[Data records]
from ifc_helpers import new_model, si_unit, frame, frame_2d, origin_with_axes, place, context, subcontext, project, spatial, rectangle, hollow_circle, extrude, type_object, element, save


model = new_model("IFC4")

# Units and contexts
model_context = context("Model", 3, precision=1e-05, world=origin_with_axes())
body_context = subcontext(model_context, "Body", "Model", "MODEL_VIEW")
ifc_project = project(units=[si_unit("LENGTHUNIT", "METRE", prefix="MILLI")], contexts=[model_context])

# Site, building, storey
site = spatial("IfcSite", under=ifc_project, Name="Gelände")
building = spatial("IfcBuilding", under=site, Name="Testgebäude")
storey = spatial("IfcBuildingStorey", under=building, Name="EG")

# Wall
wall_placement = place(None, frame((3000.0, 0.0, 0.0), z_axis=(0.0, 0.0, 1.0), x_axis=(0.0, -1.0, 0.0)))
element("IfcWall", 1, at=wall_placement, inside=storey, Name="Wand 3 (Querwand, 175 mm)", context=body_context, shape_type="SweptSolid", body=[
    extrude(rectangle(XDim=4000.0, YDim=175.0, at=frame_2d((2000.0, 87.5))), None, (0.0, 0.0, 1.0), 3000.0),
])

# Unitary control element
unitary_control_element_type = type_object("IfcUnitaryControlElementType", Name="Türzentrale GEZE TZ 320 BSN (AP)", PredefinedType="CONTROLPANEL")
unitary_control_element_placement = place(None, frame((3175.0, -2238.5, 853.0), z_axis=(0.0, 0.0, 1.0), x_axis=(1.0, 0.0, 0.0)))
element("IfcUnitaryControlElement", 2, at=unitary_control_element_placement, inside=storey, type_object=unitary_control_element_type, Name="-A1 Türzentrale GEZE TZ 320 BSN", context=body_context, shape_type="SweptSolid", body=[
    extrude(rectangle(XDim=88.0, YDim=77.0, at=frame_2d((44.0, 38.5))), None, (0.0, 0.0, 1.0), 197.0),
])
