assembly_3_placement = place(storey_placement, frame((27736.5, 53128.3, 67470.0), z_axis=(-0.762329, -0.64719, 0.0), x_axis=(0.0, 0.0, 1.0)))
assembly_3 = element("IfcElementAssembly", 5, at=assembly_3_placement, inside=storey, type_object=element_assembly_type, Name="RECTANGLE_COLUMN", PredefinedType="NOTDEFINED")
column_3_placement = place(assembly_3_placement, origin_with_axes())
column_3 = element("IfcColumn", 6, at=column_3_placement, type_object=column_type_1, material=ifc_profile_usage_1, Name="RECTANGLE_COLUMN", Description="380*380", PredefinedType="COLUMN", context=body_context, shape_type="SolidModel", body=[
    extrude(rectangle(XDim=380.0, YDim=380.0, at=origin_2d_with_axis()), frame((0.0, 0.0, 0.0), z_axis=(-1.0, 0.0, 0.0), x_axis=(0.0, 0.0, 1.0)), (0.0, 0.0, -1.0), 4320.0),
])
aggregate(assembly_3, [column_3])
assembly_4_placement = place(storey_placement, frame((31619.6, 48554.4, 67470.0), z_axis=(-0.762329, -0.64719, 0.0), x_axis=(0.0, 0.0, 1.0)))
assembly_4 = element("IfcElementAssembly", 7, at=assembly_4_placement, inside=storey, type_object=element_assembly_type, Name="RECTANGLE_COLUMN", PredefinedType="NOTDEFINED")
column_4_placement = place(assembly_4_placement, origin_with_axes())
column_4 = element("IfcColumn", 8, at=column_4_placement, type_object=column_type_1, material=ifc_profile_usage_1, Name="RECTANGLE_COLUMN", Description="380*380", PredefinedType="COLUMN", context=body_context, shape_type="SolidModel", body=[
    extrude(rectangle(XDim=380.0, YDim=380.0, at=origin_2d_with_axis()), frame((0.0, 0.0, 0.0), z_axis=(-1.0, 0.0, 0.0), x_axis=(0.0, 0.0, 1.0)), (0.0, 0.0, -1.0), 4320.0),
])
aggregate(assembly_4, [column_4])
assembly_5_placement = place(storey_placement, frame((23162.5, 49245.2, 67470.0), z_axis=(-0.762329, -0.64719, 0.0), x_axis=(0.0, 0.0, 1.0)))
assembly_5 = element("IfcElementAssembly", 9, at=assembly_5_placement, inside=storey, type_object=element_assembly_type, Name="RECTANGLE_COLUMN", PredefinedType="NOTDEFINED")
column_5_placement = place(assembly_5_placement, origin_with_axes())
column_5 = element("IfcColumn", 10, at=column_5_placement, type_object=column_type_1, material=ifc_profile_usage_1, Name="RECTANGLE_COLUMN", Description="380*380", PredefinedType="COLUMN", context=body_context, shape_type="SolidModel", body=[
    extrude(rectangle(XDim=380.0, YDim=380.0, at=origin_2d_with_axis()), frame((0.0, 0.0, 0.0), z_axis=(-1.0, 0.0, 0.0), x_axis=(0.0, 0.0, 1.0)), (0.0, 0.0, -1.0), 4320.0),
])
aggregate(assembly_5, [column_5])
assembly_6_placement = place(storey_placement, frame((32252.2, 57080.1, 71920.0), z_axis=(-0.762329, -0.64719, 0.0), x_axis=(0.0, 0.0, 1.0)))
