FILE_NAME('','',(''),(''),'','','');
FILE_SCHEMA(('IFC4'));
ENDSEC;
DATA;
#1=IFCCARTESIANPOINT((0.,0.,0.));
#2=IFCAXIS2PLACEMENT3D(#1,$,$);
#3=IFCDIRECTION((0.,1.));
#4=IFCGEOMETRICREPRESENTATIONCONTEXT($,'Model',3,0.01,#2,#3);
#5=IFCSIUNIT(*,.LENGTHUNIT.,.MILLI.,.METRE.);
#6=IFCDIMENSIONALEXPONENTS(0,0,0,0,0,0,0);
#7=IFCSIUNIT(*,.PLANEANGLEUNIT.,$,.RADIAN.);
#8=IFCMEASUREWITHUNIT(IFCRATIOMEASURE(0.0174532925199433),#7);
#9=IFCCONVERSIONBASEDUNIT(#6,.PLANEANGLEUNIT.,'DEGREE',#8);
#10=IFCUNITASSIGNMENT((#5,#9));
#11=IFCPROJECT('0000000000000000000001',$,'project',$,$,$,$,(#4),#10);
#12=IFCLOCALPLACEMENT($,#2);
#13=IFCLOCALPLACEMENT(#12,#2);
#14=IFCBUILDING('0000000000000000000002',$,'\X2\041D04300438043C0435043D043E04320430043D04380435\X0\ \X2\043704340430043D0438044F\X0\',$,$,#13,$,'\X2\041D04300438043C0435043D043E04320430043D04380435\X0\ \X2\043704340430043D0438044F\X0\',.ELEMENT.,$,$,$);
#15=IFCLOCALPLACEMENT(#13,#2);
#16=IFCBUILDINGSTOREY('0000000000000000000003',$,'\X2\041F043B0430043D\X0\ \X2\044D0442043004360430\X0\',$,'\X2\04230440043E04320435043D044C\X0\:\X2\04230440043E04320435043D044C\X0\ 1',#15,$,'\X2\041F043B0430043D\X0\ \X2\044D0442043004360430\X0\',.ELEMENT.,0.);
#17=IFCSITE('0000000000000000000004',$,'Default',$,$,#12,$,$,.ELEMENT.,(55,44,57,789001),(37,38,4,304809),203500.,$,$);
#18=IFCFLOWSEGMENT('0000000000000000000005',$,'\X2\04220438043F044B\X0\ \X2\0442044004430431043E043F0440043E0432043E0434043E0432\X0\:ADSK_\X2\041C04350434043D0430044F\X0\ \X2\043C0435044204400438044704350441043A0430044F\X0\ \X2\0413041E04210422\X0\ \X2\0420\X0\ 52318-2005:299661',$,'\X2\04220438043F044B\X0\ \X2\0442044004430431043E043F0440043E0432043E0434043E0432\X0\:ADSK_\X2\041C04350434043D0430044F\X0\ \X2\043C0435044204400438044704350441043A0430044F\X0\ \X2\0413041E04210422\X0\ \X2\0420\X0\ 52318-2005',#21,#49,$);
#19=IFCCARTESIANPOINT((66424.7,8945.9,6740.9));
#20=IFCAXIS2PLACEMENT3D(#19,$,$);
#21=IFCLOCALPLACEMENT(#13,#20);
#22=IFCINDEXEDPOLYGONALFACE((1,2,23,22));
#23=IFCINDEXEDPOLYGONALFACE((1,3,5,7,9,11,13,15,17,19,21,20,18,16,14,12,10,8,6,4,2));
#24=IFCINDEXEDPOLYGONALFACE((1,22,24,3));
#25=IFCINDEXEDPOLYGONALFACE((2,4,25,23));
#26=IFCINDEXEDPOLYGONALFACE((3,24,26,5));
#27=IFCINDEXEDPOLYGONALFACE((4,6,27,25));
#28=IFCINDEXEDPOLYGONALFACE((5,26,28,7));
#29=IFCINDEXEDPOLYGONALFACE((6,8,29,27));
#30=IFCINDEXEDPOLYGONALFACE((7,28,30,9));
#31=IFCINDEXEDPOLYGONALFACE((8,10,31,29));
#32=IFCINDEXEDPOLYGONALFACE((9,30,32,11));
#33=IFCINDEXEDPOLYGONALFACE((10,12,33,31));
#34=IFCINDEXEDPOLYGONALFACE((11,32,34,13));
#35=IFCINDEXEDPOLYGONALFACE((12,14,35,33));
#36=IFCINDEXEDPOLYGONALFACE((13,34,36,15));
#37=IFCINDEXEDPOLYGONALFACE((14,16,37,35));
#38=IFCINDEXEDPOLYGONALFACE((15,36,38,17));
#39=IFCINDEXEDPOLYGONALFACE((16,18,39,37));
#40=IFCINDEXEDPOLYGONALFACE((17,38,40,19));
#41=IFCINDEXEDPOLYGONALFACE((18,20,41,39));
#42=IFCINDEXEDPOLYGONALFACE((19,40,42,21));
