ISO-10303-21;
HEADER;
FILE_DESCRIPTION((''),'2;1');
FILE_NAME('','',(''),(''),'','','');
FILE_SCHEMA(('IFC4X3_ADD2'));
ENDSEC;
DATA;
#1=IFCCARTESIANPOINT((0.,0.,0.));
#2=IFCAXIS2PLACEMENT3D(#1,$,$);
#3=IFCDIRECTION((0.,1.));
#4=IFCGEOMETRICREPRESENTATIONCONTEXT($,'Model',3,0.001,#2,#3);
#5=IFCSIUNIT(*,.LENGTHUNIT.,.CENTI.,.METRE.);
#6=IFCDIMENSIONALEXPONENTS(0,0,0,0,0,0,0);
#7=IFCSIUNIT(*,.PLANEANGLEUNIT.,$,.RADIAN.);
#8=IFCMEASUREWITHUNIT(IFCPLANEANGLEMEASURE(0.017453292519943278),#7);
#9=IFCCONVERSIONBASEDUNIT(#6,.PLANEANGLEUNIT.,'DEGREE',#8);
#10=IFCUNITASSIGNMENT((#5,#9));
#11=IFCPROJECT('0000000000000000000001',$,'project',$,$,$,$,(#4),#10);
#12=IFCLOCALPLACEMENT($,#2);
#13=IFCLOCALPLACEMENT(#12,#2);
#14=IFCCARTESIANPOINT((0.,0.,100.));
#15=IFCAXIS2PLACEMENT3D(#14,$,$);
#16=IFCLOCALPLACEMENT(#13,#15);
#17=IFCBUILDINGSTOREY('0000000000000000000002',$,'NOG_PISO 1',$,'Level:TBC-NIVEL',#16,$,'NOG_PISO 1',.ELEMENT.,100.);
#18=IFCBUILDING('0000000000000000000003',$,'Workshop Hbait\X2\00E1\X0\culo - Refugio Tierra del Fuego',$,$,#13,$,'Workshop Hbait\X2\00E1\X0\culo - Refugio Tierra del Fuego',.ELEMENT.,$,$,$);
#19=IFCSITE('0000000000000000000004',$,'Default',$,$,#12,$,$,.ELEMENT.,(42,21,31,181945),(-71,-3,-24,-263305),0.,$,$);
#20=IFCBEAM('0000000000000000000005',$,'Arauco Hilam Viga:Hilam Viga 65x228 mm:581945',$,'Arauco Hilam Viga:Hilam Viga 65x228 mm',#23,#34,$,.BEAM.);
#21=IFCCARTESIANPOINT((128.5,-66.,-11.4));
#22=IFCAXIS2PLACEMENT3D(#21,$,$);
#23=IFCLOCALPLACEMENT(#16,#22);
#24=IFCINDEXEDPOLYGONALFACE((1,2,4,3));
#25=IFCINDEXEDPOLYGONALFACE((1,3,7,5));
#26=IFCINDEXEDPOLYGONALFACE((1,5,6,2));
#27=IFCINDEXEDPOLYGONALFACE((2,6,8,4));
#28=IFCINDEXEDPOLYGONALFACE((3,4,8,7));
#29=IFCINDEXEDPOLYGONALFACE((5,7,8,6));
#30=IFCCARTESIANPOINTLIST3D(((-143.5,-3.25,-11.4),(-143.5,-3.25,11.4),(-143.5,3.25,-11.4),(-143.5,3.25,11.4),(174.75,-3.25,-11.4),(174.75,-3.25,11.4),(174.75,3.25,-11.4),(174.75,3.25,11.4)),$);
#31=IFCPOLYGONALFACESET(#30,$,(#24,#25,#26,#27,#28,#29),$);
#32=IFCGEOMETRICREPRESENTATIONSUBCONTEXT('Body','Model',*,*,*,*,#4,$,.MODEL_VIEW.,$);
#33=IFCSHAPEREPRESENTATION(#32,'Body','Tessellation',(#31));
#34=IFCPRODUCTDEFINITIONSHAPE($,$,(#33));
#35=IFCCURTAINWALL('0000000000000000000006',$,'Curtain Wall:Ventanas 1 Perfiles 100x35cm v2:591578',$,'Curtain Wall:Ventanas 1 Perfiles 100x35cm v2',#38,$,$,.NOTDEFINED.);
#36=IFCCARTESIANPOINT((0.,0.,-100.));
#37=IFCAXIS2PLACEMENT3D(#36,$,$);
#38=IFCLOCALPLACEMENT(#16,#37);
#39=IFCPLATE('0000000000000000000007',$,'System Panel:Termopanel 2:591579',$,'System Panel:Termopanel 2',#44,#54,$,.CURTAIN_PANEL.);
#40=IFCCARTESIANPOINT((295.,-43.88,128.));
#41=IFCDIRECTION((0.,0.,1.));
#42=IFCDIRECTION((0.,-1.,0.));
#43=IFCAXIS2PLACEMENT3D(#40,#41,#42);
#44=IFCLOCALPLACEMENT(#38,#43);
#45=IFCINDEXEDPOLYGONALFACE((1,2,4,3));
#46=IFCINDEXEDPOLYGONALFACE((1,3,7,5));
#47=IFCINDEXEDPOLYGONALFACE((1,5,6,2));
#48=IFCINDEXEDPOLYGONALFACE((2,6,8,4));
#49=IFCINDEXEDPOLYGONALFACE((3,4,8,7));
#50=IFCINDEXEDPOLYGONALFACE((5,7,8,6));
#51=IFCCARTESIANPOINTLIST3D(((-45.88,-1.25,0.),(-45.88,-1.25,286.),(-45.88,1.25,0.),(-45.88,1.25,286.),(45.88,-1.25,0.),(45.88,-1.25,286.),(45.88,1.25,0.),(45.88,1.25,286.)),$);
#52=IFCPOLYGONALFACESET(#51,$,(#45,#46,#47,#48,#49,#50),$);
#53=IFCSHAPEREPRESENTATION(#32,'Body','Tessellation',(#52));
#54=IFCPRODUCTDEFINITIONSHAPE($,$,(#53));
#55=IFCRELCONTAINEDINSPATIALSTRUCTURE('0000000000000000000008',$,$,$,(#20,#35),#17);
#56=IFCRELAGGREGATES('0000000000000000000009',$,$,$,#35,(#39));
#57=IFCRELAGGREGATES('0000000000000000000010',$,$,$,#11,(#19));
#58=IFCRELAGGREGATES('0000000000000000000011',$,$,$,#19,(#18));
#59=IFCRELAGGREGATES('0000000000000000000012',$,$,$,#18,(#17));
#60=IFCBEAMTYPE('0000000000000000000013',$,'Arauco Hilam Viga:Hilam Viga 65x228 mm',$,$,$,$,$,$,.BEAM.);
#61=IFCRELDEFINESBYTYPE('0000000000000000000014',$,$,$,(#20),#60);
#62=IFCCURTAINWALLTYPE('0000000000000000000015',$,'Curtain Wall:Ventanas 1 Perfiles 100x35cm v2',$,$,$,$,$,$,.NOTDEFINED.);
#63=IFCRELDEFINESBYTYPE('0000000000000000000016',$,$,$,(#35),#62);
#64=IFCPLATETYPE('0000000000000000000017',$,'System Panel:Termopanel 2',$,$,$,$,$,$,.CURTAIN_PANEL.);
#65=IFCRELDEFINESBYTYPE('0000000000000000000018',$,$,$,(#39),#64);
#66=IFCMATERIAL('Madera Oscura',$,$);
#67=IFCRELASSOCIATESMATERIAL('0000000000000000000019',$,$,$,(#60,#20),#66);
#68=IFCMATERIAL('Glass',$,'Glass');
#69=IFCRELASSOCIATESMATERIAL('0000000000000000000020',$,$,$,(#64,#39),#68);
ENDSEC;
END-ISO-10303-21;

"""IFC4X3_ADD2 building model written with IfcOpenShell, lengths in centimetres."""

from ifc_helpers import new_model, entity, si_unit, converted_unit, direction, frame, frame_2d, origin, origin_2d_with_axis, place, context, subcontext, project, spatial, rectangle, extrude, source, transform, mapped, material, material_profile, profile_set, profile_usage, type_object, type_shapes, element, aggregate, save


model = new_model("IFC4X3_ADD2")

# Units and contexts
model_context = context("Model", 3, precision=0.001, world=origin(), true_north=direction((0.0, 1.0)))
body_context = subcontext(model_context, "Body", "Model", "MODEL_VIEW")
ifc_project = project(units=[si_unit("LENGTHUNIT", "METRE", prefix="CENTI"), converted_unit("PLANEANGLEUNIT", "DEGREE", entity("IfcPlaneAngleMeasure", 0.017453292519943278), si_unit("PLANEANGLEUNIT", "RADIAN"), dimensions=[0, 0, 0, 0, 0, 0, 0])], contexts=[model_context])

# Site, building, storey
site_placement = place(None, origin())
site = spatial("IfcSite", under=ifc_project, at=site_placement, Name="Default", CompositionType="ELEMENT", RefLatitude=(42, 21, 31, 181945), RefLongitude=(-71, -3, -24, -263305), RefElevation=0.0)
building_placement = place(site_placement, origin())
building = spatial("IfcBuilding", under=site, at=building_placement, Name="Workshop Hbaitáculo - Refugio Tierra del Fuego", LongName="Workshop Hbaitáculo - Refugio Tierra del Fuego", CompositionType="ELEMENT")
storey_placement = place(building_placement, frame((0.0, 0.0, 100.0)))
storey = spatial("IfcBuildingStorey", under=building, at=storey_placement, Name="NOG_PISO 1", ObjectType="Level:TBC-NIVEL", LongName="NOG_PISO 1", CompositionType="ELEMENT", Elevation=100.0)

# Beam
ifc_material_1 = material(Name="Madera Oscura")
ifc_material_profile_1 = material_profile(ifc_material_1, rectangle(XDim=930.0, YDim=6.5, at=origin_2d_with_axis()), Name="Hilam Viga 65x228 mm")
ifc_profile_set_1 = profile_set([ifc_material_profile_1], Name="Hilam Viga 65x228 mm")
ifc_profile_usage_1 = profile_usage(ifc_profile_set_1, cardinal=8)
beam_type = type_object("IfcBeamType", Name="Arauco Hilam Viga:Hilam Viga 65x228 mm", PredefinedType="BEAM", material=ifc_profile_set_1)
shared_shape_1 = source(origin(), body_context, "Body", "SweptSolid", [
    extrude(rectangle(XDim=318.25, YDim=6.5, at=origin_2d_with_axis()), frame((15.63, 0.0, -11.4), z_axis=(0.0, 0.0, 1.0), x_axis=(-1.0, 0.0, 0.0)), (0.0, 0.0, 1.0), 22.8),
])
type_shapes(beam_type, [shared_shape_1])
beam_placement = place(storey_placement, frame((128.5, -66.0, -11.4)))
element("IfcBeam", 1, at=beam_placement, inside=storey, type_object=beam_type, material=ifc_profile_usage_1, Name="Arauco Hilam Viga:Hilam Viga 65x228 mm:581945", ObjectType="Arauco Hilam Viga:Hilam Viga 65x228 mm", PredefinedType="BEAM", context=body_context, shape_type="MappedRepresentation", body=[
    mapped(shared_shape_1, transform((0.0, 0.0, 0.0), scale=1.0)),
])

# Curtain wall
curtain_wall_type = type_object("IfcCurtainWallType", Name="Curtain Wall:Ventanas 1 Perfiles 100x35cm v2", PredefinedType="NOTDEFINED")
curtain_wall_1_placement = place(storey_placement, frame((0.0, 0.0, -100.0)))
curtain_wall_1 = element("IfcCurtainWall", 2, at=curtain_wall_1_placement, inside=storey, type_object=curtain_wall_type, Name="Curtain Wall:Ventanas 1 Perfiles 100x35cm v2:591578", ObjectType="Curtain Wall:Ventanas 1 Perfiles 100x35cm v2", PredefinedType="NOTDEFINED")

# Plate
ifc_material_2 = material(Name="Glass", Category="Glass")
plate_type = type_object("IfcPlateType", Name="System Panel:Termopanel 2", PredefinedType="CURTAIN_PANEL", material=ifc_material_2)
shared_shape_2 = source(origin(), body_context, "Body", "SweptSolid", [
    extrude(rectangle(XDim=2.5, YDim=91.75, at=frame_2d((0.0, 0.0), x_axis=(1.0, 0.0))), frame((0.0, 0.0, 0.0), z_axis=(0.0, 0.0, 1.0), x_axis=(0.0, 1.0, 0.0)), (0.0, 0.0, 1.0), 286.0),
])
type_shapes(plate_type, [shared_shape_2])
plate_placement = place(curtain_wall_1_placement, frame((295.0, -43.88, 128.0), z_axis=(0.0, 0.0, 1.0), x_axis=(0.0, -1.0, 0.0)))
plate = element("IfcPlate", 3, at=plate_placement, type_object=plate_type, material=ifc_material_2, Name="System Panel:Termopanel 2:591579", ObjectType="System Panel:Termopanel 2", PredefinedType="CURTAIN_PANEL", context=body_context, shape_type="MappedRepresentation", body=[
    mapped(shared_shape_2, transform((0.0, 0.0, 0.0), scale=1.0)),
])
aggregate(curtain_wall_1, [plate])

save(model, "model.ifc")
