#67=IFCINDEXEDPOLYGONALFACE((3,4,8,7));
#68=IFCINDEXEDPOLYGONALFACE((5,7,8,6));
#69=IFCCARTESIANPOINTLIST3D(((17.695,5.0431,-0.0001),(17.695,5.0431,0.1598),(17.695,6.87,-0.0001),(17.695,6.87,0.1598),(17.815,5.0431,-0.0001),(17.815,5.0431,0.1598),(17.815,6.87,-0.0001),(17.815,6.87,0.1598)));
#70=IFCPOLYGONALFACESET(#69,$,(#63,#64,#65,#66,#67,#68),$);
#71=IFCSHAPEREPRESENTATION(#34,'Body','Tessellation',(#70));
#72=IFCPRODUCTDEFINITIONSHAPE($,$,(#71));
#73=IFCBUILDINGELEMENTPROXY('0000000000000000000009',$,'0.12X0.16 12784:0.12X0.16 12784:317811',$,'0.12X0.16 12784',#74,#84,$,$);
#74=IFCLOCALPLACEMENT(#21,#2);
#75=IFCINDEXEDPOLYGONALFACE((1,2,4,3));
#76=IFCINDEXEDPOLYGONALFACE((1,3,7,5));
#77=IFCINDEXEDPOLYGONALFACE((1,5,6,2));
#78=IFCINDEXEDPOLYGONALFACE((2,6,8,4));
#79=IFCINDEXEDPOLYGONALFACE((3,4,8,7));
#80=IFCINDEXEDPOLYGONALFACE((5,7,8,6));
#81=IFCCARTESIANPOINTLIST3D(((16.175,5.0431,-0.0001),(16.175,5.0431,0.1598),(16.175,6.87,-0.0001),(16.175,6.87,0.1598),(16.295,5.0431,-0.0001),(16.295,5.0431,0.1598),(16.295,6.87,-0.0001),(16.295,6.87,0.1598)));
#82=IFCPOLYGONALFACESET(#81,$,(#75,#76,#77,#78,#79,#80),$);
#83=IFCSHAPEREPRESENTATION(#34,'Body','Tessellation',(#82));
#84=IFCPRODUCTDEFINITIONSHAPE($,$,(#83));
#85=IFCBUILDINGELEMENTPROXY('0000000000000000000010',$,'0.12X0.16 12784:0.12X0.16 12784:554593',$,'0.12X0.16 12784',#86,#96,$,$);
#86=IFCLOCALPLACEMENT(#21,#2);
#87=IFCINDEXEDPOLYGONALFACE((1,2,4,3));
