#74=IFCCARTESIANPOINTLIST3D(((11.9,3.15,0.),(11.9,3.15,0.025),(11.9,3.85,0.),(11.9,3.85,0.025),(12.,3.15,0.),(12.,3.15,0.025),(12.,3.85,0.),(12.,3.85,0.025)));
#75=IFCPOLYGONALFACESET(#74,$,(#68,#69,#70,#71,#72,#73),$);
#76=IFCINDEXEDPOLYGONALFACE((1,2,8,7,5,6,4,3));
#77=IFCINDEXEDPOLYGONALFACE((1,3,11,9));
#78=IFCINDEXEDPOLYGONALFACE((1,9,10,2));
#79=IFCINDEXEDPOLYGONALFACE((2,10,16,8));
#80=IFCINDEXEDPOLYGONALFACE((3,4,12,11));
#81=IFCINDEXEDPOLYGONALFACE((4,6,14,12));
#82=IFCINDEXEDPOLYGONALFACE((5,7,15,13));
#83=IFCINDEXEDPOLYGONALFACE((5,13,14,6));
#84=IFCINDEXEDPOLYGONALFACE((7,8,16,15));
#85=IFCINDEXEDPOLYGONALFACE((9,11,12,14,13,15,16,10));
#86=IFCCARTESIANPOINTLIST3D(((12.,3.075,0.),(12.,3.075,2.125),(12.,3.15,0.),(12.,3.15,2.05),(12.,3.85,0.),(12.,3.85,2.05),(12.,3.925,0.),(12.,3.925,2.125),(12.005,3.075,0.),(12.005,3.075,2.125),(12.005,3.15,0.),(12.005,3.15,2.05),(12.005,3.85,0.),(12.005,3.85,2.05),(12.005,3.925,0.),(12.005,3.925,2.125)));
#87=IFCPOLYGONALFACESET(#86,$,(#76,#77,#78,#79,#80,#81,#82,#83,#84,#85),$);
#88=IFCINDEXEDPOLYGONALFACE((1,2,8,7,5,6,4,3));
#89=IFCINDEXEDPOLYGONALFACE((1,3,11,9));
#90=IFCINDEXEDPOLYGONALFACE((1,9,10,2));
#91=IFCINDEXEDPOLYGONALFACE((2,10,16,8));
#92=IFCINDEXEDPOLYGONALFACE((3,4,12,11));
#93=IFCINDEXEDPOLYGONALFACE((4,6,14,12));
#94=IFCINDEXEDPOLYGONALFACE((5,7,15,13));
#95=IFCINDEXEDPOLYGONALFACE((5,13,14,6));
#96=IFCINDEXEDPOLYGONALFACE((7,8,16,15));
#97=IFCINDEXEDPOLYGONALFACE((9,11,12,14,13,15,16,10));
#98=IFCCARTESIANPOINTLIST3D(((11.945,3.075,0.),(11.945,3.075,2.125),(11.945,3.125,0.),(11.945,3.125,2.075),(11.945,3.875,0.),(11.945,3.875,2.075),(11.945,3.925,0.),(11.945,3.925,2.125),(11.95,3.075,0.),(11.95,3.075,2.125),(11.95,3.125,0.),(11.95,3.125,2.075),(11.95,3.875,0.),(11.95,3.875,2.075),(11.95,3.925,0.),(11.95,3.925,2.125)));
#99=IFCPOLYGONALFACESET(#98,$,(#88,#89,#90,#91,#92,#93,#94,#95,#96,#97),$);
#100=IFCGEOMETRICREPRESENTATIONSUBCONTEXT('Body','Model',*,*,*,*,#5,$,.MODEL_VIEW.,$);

### [Aim of the task]
Look through the data above and return exactly the lines from the one that contains "#80=IFCINDEXEDPOLYGONALFACE((5,7,8,6));" to the one that contains "#85=IFCINDEXEDPOLYGONALFACE((9,11,12,14,13,15,16,10));", inclusive, with nothing else.

### [Solution to this problem]
#80=IFCINDEXEDPOLYGONALFACE((5,7,8,6));
#81=IFCCARTESIANPOINTLIST3D(((16.175,5.0431,-0.0001),(16.175,5.0431,0.1598),(16.175,6.87,-0.0001),(16.175,6.87,0.1598),(16.295,5.0431,-0.0001),(16.295,5.0431,0.1598),(16.295,6.87,-0.0001),(16.295,6.87,0.1598)));
#82=IFCPOLYGONALFACESET(#81,$,(#75,#76,#77,#78,#79,#80),$);
#83=IFCSHAPEREPRESENTATION(#34,'Body','Tessellation',(#82));
#84=IFCPRODUCTDEFINITIONSHAPE($,$,(#83));
#85=IFCBUILDINGELEMENTPROXY('0000000000000000000010',$,'0.12X0.16 12784:0.12X0.16 12784:554593',$,'0.12X0.16 12784',#86,#96,$,$);
#86=IFCLOCALPLACEMENT(#21,#2);
#87=IFCINDEXEDPOLYGONALFACE((1,2,4,3));
#74=IFCCARTESIANPOINTLIST3D(((11.9,3.15,0.),(11.9,3.15,0.025),(11.9,3.85,0.),(11.9,3.85,0.025),(12.,3.15,0.),(12.,3.15,0.025),(12.,3.85,0.),(12.,3.85,0.025)));
#75=IFCPOLYGONALFACESET(#74,$,(#68,#69,#70,#71,#72,#73),$);
#76=IFCINDEXEDPOLYGONALFACE((1,2,8,7,5,6,4,3));
#77=IFCINDEXEDPOLYGONALFACE((1,3,11,9));
#78=IFCINDEXEDPOLYGONALFACE((1,9,10,2));
#79=IFCINDEXEDPOLYGONALFACE((2,10,16,8));
#80=IFCINDEXEDPOLYGONALFACE((3,4,12,11));
#81=IFCINDEXEDPOLYGONALFACE((4,6,14,12));
#82=IFCINDEXEDPOLYGONALFACE((5,7,15,13));
#83=IFCINDEXEDPOLYGONALFACE((5,13,14,6));
#84=IFCINDEXEDPOLYGONALFACE((7,8,16,15));
#85=IFCINDEXEDPOLYGONALFACE((9,11,12,14,13,15,16,10));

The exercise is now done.